2) Depressive feelings are experienced by all people and are a normal component of disappointment and grief. Depression may be a symptom of a mental disorder (such as bipolar disorder, an anxiety disorder, or schizophrenia) or of other medical diseases, ranging from diabetes and thyroid disorders to postviral syndromes. As one of the most prevalent diseases globally and an important cause of disability, depressive disorder is responsible for as many as one of every five visits to primary care doctors; it occurs everywhere and affects members of all ethnic groups. The rates of depression are increasing, and the disorder is nearly twice as common among the poor as among the wealthy.

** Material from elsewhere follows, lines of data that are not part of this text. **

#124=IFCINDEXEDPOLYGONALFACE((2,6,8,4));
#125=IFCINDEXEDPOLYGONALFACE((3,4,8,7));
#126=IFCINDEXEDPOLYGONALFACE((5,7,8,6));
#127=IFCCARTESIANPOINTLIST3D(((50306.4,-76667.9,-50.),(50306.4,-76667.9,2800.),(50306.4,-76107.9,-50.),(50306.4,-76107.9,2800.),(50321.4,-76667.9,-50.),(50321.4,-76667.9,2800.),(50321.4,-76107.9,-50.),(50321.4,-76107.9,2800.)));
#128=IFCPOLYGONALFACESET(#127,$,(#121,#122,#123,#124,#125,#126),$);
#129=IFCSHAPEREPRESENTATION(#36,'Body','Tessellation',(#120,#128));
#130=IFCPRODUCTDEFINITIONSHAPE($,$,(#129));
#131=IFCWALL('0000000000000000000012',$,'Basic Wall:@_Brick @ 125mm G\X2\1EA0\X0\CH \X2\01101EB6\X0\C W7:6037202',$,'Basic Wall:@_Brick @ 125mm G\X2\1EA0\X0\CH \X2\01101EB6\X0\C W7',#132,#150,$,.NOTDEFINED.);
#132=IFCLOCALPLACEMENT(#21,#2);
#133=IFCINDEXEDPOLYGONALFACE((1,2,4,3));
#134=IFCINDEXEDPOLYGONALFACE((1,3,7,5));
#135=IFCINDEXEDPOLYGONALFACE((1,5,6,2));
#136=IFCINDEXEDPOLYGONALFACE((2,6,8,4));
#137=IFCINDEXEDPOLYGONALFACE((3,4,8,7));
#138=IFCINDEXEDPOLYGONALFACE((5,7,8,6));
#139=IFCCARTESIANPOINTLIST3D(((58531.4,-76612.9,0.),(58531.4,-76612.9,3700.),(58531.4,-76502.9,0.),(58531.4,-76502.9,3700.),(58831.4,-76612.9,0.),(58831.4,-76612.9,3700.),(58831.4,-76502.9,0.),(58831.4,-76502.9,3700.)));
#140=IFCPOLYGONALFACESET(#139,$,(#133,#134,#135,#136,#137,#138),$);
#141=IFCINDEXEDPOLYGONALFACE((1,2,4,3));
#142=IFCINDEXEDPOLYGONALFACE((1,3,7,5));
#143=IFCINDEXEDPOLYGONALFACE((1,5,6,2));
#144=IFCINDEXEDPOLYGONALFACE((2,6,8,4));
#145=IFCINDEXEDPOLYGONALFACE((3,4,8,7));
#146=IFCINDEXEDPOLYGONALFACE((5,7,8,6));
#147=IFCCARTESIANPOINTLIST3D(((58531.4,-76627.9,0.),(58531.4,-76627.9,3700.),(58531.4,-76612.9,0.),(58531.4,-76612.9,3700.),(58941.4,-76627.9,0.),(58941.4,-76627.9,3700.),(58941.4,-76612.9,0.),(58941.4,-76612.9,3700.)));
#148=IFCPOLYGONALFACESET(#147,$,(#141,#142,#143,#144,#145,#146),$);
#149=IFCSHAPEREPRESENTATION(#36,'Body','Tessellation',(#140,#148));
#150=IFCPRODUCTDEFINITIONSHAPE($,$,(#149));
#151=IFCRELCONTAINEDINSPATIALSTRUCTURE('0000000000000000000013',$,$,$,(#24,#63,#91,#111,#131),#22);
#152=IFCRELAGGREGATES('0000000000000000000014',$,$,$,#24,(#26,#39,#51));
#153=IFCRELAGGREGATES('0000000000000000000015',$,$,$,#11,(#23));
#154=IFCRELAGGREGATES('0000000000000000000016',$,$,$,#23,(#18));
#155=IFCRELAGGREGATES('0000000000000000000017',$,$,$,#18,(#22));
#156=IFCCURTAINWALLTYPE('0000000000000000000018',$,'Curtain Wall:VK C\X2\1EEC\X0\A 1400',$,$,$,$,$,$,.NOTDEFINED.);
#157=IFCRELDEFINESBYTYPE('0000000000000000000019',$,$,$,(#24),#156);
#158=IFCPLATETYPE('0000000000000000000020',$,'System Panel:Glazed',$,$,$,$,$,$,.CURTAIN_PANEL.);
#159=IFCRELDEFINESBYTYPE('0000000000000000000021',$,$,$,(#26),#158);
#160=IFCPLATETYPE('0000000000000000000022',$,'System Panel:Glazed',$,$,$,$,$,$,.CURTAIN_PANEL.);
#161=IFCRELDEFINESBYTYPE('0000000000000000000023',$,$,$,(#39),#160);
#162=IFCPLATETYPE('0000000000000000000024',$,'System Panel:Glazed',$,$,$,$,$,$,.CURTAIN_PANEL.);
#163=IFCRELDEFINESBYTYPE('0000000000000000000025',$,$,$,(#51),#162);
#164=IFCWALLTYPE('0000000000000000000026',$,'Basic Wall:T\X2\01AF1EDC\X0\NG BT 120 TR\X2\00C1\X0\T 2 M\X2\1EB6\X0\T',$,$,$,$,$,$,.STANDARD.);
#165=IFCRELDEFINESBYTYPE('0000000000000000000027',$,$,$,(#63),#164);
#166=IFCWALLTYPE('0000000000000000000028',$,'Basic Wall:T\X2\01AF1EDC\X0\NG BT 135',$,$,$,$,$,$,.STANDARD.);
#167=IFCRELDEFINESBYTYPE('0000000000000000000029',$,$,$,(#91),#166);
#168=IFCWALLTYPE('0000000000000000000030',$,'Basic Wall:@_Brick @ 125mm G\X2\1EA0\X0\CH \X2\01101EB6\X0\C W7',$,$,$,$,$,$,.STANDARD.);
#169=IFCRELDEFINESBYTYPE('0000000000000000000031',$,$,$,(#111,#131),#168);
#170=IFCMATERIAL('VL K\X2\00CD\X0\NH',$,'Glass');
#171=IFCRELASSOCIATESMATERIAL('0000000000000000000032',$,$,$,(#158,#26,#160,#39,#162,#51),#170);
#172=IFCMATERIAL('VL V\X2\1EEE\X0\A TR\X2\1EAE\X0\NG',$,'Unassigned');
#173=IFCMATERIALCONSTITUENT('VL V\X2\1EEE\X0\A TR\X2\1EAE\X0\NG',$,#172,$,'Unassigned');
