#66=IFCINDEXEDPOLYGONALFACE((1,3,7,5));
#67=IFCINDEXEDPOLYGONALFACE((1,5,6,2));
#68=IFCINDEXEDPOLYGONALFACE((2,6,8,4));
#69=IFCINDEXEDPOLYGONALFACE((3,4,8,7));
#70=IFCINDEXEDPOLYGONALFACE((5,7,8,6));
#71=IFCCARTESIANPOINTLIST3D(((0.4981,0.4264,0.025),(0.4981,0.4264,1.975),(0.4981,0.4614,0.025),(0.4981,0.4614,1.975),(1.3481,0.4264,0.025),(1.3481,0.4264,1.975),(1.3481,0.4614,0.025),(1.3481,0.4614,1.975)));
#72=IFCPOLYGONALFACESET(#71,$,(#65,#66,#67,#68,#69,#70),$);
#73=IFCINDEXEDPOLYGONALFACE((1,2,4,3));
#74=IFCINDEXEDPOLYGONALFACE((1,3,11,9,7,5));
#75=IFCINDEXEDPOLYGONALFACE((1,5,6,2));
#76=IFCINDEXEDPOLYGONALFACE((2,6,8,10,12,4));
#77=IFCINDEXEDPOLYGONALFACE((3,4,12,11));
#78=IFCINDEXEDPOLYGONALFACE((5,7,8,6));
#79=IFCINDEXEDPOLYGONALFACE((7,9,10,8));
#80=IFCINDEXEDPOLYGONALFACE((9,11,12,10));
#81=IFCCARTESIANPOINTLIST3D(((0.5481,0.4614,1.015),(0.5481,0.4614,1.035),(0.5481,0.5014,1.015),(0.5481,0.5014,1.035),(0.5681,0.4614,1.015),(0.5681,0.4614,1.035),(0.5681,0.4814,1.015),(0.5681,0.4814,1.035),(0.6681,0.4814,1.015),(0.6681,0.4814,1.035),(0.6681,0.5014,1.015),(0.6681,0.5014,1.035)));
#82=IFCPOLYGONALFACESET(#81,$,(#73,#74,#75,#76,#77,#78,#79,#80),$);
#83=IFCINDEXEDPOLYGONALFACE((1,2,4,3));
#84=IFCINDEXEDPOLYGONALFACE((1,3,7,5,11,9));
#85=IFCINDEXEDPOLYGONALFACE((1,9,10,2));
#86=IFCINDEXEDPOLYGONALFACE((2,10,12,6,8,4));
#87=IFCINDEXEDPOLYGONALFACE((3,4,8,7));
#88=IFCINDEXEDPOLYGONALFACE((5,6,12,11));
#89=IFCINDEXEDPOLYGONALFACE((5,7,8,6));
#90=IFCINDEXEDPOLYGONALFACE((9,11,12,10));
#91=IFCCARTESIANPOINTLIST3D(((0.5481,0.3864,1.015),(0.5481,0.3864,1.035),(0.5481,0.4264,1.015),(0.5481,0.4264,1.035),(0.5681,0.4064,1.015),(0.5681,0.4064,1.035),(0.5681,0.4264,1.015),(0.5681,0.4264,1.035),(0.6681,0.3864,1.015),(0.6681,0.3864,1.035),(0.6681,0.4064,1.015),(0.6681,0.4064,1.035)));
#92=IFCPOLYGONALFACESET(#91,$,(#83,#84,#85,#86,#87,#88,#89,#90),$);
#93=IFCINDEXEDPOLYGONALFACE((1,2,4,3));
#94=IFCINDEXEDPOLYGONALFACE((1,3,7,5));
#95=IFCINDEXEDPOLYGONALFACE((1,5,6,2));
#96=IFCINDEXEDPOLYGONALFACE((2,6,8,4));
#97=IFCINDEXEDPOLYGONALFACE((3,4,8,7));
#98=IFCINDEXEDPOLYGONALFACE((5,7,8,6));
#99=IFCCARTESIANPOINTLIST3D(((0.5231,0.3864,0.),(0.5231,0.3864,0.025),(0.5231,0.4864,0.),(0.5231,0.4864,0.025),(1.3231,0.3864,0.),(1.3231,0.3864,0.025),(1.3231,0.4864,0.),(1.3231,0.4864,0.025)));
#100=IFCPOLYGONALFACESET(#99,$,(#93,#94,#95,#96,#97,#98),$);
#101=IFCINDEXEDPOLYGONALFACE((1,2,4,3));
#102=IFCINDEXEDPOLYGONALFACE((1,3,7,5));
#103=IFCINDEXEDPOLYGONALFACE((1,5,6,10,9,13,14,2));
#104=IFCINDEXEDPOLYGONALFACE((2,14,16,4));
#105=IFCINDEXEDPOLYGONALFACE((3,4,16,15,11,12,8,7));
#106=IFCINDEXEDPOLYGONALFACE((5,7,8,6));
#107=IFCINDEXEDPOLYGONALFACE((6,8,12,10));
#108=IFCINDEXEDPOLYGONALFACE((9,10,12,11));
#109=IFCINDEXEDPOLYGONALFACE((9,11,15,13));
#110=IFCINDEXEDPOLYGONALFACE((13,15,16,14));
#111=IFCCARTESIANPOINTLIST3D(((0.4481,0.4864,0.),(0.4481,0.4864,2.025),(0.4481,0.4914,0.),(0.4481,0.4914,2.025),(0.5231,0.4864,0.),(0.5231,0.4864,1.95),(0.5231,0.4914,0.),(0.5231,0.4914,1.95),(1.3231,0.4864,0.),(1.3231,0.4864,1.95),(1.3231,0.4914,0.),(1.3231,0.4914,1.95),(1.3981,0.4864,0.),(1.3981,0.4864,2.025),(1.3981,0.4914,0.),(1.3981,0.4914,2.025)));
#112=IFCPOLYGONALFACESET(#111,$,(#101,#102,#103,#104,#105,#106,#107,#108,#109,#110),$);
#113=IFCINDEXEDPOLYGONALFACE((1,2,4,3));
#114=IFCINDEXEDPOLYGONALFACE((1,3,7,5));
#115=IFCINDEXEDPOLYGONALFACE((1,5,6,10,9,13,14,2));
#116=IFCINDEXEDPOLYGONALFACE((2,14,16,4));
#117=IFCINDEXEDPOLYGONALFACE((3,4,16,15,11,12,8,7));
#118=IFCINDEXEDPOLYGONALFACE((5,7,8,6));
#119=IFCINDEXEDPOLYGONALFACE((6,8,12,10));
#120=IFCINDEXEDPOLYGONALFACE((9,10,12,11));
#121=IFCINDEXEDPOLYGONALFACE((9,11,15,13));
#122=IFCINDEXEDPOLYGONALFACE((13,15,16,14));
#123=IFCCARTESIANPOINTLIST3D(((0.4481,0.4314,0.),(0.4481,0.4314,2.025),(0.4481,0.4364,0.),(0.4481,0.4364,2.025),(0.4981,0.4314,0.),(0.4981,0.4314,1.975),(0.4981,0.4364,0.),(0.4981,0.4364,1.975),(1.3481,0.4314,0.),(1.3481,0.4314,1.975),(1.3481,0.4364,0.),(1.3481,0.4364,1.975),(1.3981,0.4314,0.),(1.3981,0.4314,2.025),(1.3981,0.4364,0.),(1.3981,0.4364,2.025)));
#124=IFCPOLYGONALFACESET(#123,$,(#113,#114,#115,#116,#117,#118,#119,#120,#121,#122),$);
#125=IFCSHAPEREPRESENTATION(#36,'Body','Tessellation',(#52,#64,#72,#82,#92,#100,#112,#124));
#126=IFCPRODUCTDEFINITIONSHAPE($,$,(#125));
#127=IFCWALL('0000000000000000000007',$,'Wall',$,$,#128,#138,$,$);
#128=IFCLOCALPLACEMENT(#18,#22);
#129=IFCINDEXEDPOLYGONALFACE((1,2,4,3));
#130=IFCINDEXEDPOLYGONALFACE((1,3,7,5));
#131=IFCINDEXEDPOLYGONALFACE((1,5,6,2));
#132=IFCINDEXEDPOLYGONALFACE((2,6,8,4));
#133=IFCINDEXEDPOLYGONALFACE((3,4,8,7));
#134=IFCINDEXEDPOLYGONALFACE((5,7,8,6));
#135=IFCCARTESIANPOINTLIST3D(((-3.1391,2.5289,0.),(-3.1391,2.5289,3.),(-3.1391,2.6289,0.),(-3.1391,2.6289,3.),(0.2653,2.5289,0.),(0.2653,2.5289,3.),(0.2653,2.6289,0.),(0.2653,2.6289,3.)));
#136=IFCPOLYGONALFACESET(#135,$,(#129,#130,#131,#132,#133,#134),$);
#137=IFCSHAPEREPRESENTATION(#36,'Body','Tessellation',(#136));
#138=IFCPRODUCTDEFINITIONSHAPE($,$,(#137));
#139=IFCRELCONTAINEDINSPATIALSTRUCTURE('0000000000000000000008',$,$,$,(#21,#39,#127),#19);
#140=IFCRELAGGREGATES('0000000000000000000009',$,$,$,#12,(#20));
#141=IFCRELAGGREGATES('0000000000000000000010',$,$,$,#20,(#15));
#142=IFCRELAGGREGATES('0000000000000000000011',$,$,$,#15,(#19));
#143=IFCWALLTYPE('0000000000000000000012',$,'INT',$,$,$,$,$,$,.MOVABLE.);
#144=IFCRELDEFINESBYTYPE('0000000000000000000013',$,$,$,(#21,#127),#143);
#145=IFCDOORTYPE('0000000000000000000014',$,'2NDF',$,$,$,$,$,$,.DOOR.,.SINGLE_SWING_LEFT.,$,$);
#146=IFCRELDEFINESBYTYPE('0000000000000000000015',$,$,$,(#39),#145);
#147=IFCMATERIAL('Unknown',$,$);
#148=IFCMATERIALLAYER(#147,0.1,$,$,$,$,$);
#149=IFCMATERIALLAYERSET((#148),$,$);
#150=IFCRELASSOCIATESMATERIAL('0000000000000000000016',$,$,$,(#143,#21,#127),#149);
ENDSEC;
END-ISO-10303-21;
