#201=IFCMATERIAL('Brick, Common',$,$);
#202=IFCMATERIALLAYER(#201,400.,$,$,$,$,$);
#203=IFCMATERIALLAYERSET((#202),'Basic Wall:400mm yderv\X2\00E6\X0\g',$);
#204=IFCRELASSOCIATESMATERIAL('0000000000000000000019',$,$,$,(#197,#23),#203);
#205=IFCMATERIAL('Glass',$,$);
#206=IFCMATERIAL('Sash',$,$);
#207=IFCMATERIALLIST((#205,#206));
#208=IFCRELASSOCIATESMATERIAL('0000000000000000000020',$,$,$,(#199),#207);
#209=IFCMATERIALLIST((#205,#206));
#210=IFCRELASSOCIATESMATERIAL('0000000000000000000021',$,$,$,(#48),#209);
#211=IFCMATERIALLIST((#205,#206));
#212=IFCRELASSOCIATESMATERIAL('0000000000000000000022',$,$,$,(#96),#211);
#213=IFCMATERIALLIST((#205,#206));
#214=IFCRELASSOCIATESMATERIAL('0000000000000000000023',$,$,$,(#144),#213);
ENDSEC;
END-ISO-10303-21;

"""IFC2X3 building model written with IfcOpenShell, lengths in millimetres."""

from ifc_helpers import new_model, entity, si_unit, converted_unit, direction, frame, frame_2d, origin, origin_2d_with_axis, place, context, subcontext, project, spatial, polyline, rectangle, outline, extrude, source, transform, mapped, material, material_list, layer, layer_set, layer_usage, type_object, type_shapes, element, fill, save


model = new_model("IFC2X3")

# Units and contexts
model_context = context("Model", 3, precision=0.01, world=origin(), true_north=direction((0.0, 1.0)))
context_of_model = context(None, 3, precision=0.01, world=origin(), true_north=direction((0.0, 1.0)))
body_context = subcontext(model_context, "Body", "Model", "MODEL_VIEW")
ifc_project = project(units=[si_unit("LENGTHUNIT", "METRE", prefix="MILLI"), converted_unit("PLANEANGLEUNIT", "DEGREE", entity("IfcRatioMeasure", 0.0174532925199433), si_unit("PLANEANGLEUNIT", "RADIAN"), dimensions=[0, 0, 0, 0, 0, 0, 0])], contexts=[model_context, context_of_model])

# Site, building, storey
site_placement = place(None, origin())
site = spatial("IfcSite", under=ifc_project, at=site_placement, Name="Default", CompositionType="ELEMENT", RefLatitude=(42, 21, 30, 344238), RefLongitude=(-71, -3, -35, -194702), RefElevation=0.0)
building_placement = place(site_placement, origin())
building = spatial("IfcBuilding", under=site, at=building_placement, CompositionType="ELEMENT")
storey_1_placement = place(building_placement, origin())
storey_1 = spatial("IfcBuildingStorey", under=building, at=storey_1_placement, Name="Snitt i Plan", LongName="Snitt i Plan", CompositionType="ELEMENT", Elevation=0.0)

3) But the way in which depression is confronted, discussed, and managed varies among social worlds, and cultural meanings and practices shape its course. Culture influences the experience of symptoms, the idioms used to report them, decisions about treatment, doctor-patient interactions, the likelihood of outcomes such as suicide, and the practices of professionals. As a result, some conditions are universal and some culturally distinct, but all are meaningful within particular contexts.
4) Among refugees, depressive affect and disorder are common aspects of collective and personal experiences of loss and trauma. Various patterns of somatization are found among depressed patients from many ethnic groups, and even among Latinos. For example, Mexican Americans, Puerto Ricans, and Cuban Americans may report different symptoms. Add differences in sex, age, social class, education, and degree of biculturalism, and the question of cultural influence becomes murky enough to discourage any form of ethnic stereotyping. Inasmuch as black women have lower rates of depression and suicide than white women, and immigrants lower rates of depression than their descendants, some cultural effects may be protective factors rather than risk factors. In a complex, postmodern society like that of the US -- where it is often hard to determine the cultural norm or how experience differs among or within communities -- cultural differences can affect any patient-doctor interaction.